ObjectiveEd and Microsoft Help Students Practice Braille During Pandemic

Thanks to a grant from Microsoft’s AI for Accessibility program, ObjectiveEd has developed Braille AI Tutor – an innovative system to enable students to improve their braille literacy through a combination of speech recognition and engaging games. The system is specifically geared to facilitate learning braille from home or in a distance learning environment.


ObjectiveEd is providing free access for schools and teachers to their entire distance learning system for students with visual impairments, and Braille AI Tutor is a highlight of this digital curriculum.

While hundreds of apps and online distance learning systems are available for most students, there are much fewer choices for students with disabilities, especially those who are blind or have low vision. ObjectiveEd is working to ensure that these students have the same educational opportunities and programs as their peers without disabilities.

According to Kim Charlson, Executive Director of the Perkins Library and former chair of the American Council of the Blind, “Braille AI Tutor is a great way for students to continue their braille literacy when they cannot meet face to face with their braille instructor.”

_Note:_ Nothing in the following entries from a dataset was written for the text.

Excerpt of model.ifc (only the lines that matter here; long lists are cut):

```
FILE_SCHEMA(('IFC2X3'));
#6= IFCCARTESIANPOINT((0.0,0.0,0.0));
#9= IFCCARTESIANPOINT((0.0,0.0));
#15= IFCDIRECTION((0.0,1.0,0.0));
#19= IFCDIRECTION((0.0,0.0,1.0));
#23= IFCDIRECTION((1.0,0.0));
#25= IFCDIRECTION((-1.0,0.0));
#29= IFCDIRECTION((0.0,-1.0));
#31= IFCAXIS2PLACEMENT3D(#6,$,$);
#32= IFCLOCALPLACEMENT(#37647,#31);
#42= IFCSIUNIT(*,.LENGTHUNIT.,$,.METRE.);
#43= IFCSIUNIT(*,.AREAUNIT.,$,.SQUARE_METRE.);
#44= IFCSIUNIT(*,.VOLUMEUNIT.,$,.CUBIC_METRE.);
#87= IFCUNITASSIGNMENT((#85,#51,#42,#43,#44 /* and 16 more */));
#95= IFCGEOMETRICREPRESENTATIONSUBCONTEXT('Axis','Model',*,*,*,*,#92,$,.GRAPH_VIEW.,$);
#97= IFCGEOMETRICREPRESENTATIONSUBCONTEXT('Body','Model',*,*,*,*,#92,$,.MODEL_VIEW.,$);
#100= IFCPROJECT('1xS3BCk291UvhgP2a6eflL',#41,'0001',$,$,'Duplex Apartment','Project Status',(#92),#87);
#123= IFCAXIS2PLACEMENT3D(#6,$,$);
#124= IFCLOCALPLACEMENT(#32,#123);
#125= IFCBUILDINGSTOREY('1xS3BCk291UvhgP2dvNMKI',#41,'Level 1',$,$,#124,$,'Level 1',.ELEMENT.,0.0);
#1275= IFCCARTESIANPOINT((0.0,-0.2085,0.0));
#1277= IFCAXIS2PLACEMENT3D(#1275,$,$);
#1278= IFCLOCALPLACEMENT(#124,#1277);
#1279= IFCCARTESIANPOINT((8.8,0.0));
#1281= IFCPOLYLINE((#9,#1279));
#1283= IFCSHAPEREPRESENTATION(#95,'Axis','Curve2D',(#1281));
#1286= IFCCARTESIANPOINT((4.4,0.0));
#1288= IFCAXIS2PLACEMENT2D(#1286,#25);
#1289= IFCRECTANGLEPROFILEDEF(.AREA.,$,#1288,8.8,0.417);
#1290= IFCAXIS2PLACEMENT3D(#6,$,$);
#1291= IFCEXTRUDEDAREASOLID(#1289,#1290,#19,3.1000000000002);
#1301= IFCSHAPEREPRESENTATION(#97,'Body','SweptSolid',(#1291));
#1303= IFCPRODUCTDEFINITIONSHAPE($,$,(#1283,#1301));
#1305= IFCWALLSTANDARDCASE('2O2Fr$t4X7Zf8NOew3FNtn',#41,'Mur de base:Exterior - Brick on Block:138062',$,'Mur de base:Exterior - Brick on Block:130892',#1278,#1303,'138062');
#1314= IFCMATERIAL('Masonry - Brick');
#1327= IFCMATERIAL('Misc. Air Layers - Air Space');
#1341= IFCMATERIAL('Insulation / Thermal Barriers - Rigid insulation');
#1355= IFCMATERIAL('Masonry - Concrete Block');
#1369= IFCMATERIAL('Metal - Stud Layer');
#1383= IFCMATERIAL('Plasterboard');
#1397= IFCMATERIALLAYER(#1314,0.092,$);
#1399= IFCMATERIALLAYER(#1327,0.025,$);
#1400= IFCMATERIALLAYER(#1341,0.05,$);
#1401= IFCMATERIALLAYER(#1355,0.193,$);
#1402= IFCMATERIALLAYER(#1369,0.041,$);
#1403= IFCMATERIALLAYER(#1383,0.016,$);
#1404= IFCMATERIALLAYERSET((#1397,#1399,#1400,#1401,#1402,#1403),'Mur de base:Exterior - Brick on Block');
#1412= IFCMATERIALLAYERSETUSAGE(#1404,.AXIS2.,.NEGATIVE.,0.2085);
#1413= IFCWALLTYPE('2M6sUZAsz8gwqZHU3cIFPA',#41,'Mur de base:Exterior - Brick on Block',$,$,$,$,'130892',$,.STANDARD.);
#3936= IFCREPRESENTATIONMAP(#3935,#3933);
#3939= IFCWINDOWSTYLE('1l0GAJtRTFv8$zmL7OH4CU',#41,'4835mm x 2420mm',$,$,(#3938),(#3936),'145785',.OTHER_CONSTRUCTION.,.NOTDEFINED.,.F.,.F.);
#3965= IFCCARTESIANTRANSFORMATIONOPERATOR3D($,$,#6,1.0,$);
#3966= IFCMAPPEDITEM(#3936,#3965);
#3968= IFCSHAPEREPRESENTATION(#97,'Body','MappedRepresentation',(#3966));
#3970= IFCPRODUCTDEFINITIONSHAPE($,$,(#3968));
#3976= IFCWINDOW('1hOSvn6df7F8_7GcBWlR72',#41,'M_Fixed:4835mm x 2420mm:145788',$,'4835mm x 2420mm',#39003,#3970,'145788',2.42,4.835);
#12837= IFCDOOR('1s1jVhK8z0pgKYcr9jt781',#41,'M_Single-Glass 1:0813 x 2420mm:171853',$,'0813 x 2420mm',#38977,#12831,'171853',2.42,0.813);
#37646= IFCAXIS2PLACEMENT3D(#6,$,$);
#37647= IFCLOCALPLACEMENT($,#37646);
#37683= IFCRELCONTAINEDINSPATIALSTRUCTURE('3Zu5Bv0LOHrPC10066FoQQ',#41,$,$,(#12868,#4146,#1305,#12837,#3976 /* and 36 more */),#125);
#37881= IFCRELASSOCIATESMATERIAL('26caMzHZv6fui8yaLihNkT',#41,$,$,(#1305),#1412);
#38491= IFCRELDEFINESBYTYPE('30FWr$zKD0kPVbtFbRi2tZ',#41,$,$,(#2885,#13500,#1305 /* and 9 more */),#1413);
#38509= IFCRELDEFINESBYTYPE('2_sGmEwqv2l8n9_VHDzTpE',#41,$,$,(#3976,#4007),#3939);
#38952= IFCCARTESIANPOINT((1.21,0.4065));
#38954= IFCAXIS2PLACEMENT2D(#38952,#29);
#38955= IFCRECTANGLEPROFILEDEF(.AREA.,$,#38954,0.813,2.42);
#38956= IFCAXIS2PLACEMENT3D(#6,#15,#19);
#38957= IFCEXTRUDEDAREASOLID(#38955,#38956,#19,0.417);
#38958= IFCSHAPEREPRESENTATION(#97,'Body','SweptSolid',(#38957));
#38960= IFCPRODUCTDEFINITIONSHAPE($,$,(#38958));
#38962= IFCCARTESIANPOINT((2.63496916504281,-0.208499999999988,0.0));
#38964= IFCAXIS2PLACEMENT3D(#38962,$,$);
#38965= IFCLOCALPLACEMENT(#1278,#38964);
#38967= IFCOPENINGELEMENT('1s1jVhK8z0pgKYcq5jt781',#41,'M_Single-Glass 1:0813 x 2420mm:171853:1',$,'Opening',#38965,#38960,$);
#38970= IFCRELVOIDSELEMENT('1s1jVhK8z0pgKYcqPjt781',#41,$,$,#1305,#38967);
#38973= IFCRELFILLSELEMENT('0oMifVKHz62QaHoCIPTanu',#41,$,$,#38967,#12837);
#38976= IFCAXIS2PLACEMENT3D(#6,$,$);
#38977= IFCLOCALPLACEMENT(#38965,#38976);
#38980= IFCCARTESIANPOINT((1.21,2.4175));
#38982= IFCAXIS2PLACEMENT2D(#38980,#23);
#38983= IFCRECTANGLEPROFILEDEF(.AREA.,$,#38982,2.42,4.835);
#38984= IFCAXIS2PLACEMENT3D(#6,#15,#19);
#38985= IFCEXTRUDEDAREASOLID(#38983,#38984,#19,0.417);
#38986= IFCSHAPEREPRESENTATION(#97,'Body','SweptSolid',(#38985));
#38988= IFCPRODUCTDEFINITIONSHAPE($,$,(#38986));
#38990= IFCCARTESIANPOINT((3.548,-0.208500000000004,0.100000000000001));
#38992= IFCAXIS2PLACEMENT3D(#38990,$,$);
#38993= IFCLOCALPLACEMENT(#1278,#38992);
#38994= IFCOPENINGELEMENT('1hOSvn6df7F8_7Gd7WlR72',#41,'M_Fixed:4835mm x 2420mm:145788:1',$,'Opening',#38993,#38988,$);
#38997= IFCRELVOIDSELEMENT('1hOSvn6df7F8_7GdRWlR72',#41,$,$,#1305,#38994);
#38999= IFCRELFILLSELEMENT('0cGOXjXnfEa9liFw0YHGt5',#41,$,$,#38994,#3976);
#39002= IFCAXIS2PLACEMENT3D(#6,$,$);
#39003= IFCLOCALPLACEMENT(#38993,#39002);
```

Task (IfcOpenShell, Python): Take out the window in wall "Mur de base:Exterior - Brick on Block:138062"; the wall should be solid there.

```python
import ifcopenshell
import ifcopenshell.api.feature
import ifcopenshell.api.root
import ifcopenshell.geom
import ifcopenshell.util.shape

model = ifcopenshell.open("model.ifc")
settings = ifcopenshell.geom.settings()


def volume(element):
    """Net volume in cubic metres, openings subtracted."""
    shape = ifcopenshell.geom.create_shape(settings, element)
    return ifcopenshell.util.shape.get_volume(shape.geometry)


window = model.by_guid("1hOSvn6df7F8_7GcBWlR72")
opening = window.FillsVoids[0].RelatingOpeningElement
wall = opening.VoidsElements[0].RelatingBuildingElement
before = volume(wall)

ifcopenshell.api.root.remove_product(model, product=window)
ifcopenshell.api.feature.remove_feature(model, feature=opening)

after = volume(wall)

print(f"wall volume {before:.3f} -> {after:.3f} m3")

model.write("model_updated.ifc")
```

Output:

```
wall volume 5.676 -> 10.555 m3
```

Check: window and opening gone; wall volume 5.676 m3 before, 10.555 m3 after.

“Braille is essential to developing literacy and it levels the playing field; it allows students who are blind or visually impaired learn at the same pace as their sighted peers, so there are no limits on their potential,” said Dr. Kirk Adams, president and CEO of the American Foundation for the Blind (AFB). “With the Braille AI Tutor, ObjectiveEd has created an inventive, creative solution for students to continue learning this invaluable skill in a distance learning environment as a result of these unprecedented times.”

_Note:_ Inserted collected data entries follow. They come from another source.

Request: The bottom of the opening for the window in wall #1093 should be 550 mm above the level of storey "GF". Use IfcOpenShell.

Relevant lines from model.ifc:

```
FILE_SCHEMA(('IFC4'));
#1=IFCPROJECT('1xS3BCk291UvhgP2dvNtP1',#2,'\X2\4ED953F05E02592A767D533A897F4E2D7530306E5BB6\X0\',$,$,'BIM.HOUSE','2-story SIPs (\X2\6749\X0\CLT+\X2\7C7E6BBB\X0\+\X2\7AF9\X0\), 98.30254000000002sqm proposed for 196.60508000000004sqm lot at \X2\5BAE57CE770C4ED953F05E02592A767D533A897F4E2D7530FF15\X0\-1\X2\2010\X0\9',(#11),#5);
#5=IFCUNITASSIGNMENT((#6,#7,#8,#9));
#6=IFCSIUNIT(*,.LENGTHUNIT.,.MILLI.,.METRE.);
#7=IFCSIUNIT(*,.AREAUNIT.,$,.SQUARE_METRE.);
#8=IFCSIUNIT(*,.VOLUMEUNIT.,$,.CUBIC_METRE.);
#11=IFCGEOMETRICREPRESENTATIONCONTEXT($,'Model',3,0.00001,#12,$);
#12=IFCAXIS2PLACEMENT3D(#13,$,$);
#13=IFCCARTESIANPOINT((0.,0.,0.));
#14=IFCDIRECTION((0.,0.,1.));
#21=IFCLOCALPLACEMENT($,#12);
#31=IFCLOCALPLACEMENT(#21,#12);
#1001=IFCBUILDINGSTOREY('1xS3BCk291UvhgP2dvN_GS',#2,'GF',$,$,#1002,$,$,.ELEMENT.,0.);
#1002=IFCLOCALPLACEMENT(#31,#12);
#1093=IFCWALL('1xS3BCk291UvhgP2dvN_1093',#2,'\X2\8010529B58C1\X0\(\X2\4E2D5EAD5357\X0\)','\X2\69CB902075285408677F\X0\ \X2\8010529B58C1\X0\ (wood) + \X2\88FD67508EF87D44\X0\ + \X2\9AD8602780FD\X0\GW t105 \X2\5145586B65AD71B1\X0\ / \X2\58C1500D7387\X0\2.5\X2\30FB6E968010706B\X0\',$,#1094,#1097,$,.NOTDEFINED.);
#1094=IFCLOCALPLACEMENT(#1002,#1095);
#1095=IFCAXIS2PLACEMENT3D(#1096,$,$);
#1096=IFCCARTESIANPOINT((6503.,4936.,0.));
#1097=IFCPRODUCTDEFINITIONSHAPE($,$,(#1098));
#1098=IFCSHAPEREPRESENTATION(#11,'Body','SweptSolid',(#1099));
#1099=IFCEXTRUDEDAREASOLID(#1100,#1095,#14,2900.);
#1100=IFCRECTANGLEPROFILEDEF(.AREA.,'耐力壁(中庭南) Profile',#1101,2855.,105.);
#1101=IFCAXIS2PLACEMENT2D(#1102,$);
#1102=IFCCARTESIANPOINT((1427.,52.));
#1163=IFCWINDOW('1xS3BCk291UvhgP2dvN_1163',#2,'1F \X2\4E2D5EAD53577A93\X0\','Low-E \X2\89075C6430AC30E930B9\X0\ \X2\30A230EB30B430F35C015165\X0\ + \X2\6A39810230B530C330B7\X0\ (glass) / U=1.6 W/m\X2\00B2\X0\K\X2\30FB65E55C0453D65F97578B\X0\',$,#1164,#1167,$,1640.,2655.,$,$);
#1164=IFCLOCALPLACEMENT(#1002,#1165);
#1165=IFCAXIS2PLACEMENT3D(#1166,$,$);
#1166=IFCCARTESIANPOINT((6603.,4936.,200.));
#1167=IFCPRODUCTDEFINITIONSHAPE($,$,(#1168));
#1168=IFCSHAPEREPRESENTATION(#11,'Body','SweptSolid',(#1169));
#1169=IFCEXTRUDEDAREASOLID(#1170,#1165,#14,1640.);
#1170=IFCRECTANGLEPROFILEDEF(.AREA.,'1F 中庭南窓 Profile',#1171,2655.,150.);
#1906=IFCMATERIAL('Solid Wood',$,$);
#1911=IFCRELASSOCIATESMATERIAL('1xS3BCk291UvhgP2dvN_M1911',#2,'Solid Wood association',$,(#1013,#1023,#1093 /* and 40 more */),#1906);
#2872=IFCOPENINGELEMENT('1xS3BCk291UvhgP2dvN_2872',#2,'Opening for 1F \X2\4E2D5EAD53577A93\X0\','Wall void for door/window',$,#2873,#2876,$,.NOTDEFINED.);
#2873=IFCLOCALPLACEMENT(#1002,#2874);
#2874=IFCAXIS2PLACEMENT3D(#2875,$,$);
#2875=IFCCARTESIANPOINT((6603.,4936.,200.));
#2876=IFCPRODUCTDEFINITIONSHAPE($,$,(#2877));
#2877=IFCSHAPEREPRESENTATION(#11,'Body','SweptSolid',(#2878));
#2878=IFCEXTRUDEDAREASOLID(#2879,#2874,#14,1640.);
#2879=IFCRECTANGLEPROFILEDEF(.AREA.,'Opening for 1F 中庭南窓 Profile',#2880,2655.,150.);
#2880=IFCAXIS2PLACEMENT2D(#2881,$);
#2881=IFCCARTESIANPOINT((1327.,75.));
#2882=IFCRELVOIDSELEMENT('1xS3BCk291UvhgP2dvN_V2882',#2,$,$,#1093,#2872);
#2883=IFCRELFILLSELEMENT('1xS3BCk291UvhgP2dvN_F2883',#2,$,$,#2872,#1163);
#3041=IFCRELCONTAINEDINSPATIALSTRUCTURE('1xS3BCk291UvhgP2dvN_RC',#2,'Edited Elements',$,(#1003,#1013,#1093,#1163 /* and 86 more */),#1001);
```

```python
import numpy as np
import ifcopenshell
import ifcopenshell.api.geometry
import ifcopenshell.geom
import ifcopenshell.util.element
import ifcopenshell.util.placement
import ifcopenshell.util.shape
import ifcopenshell.util.unit

model = ifcopenshell.open("model.ifc")
unit_scale = ifcopenshell.util.unit.calculate_unit_scale(model)

window = model.by_guid("1xS3BCk291UvhgP2dvN_1163")
opening = window.FillsVoids[0].RelatingOpeningElement
storey = ifcopenshell.util.element.get_container(window, ifc_class="IfcBuildingStorey")
level = ifcopenshell.util.placement.get_local_placement(storey.ObjectPlacement)[2, 3]

# The opening's origin need not be at the sill, so measure its lowest point.
shape = ifcopenshell.geom.create_shape(ifcopenshell.geom.settings(), opening)
bottom = ifcopenshell.util.shape.get_shape_bottom_elevation(shape, shape.geometry) / unit_scale
dz = level + 0.55 / unit_scale - bottom

shift = np.array([0.0, 0.0, dz])
# The window is not placed relative to its opening, so move both.
for product in (opening, window):
    matrix = ifcopenshell.util.placement.get_local_placement(product.ObjectPlacement)
    matrix[:3, 3] += shift
    ifcopenshell.api.geometry.edit_object_placement(model, product=product, matrix=matrix, is_si=False)

print(f"moved by {dz * unit_scale:+.3f} m")

model.write("model_edited.ifc")
```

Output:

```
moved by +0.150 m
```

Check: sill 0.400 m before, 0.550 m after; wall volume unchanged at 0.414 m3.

Marty Schultz, president of ObjectiveEd, noted that “Kirk and the AFB were instrumental in facilitating the relationship between Microsoft and ObjectiveEd”.

To use Braille AI Tutor, a teacher uses the ObjectiveEd web-dashboard to create a lesson, such as a short story.  Braille AI Tutor sends one sentence at a time to a refreshable braille display, and the student speaks the sentence as she reads it.  Using Microsoft AI Speech Recognition, the child’s speech is converted into text, and Braille AI Tutor compares the original sentence to the text.  If the speech and the text are the same, then the student has decoded and spoke the words correctly, and scores points in a Treasure Hunt game.  Braille AI Tutor is compatible with Freedom Scientific and HIMS refreshable braille displays.

“It’s never been more important to lean on technology to bridge learning gaps, and we’re thrilled with how ObjectiveEd is using Azure tools to ensure braille education is available to students from the safety of their homes,” said Mary Bellard, Microsoft’s AI for Accessibility program lead.

ObjectiveEd’s distance learning system is free for the remainder of the 2019/2020 school year for schools, and the digital curriculum includes Orientation and Mobility skills, Assistive Technology skills and Braille literacy skills.